**Supplied information:**
══════════
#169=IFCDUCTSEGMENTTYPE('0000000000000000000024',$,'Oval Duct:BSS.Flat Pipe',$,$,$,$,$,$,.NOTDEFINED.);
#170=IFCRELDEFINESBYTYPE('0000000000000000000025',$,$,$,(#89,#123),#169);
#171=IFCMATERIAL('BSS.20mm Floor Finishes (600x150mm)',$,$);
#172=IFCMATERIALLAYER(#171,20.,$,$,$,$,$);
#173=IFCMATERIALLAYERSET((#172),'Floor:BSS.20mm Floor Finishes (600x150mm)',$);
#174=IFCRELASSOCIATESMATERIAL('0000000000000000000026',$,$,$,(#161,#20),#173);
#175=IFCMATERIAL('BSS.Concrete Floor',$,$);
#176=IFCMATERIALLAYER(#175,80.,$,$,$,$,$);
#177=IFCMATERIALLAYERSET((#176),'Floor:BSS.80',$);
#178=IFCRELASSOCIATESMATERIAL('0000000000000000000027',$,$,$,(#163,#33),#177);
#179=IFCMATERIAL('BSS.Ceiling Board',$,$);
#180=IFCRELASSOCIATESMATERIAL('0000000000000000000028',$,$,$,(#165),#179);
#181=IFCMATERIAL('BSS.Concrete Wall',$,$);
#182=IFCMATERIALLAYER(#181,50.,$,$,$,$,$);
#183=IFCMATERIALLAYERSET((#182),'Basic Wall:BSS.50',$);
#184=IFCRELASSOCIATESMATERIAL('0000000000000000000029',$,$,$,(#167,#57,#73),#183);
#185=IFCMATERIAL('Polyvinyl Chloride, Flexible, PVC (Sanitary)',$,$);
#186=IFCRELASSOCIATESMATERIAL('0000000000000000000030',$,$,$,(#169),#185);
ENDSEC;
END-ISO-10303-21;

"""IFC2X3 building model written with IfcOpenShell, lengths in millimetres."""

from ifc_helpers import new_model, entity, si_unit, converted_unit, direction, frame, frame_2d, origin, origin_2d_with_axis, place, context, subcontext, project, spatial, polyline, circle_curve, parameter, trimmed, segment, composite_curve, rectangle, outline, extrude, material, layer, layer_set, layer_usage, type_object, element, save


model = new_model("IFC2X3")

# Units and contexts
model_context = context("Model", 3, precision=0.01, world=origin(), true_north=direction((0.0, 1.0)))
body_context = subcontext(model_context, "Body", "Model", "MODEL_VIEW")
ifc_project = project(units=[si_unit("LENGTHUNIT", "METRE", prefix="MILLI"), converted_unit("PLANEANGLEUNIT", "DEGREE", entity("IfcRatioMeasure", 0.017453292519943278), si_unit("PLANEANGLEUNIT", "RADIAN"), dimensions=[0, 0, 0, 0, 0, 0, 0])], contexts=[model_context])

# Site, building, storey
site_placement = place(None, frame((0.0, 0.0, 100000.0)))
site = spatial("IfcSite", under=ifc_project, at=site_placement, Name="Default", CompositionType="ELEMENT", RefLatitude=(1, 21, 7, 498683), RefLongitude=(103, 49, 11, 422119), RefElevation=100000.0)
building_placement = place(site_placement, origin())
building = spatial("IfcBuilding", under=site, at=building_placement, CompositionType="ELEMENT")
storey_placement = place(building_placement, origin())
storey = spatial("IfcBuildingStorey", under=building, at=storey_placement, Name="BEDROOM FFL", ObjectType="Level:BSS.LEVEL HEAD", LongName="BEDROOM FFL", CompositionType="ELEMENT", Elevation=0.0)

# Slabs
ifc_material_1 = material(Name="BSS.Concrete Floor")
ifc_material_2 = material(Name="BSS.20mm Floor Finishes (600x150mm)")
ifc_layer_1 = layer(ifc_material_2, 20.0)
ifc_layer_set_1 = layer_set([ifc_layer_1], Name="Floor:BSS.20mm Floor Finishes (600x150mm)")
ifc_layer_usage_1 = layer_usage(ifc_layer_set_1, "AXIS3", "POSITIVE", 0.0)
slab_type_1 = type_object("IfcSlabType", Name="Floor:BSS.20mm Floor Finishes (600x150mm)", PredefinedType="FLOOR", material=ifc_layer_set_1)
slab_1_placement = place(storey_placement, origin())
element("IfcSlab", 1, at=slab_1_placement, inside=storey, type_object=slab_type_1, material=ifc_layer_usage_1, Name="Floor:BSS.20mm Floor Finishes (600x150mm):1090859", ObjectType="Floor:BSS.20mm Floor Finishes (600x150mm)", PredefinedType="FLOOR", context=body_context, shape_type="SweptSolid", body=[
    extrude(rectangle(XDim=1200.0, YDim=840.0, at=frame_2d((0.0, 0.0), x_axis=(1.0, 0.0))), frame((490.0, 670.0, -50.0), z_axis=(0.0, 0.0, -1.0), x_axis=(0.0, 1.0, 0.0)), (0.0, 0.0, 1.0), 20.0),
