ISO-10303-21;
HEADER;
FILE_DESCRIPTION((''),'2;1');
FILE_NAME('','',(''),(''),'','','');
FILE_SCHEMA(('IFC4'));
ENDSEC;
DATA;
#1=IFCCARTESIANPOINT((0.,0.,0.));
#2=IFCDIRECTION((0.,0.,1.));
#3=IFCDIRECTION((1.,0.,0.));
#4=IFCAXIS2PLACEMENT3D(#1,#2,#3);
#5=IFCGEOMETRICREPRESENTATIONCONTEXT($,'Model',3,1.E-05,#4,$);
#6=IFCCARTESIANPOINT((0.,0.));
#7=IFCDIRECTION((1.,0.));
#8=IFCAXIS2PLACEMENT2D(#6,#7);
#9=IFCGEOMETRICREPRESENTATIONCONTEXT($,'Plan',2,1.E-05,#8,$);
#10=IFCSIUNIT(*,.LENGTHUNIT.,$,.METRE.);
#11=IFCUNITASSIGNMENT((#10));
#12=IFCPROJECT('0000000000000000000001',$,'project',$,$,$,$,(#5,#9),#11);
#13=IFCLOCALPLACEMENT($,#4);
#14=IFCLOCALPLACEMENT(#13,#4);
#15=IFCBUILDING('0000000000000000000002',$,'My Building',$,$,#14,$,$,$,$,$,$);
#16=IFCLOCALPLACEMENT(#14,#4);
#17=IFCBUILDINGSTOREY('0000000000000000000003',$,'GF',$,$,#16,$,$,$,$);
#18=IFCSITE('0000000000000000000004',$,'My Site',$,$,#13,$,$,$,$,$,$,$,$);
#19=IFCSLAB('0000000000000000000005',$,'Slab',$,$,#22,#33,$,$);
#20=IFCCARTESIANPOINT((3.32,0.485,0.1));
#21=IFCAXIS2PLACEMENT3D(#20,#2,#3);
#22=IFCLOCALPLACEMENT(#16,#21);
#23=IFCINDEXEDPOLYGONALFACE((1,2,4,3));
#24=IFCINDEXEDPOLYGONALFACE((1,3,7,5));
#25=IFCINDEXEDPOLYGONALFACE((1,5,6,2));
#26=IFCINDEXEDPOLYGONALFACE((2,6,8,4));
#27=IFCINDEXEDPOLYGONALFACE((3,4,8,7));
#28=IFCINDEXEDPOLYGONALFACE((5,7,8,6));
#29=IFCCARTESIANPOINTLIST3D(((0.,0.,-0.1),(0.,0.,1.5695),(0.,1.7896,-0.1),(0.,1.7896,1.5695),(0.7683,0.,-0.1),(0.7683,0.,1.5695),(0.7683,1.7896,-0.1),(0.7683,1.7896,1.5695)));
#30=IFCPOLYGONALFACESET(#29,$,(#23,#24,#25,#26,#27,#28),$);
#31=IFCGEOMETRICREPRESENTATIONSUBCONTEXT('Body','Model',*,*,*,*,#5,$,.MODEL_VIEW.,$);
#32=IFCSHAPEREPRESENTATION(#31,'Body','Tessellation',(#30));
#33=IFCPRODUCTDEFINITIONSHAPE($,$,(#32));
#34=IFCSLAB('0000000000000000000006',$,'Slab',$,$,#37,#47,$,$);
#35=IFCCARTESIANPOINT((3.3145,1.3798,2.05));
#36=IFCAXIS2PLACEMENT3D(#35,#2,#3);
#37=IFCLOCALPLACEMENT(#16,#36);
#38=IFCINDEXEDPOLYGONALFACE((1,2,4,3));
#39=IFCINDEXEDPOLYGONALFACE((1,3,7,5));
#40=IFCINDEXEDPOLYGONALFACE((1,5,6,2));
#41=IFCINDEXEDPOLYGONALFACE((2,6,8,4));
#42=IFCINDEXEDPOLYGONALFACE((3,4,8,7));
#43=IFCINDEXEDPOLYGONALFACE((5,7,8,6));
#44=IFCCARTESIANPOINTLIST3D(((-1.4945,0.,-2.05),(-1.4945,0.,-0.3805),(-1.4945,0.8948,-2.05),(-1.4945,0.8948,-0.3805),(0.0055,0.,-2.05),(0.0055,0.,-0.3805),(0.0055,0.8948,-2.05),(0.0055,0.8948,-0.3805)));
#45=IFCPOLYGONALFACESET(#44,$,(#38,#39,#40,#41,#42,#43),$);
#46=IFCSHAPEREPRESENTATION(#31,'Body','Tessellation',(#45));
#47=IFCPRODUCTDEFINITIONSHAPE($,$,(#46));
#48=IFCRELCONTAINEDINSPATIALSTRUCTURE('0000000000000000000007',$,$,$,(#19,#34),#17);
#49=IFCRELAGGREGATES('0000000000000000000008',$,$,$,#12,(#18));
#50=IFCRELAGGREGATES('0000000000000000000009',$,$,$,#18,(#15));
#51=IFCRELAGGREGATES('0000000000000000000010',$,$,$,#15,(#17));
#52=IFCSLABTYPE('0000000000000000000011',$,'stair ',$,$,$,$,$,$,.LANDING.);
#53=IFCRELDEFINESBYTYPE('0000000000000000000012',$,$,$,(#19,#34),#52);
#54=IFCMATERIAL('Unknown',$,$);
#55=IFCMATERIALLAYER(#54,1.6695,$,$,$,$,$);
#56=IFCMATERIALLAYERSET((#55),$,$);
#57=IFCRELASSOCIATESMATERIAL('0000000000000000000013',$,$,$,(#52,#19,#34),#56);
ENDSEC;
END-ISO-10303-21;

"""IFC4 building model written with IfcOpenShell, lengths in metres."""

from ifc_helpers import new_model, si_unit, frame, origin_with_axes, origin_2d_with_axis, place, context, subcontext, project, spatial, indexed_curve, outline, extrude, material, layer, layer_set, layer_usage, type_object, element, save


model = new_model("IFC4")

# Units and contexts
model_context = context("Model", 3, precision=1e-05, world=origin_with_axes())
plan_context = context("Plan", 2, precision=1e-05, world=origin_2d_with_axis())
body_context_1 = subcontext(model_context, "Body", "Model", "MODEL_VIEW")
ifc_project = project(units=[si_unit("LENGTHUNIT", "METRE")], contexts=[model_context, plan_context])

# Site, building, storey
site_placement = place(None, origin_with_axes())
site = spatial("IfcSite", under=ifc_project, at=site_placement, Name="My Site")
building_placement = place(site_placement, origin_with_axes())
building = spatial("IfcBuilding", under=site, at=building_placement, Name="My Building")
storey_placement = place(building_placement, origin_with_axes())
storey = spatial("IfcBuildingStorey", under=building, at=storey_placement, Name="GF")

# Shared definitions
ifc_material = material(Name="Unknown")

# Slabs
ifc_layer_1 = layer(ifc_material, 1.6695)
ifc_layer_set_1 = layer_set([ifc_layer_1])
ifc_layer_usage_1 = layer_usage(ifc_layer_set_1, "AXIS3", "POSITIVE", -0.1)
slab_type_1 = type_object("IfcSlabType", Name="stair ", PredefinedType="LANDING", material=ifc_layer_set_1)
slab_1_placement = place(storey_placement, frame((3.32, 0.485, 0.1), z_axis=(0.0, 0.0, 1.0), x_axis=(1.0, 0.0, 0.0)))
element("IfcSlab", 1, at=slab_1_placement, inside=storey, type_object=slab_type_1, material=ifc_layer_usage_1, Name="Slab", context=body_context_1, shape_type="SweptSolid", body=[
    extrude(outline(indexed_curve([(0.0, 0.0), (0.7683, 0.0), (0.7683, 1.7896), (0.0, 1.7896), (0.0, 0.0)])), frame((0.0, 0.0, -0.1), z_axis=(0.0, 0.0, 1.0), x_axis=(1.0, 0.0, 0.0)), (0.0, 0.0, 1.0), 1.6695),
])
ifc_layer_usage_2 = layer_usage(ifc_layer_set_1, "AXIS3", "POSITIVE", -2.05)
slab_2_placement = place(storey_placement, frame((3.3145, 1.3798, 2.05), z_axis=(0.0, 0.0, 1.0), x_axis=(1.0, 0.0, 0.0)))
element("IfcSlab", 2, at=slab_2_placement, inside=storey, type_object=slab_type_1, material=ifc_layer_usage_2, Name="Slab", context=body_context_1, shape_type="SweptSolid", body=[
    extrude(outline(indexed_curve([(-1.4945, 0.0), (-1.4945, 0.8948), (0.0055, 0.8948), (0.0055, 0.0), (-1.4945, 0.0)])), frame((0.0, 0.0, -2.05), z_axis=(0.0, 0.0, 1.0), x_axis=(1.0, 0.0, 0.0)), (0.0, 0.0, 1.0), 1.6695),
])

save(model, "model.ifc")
══════════
**Requirement:** For every line above that includes the string "IFCPOLYGONALFACESET", copy the line.

**Answer section:**
#30=IFCPOLYGONALFACESET(#29,$,(#23,#24,#25,#26,#27,#28),$);
#45=IFCPOLYGONALFACESET(#44,$,(#38,#39,#40,#41,#42,#43),$);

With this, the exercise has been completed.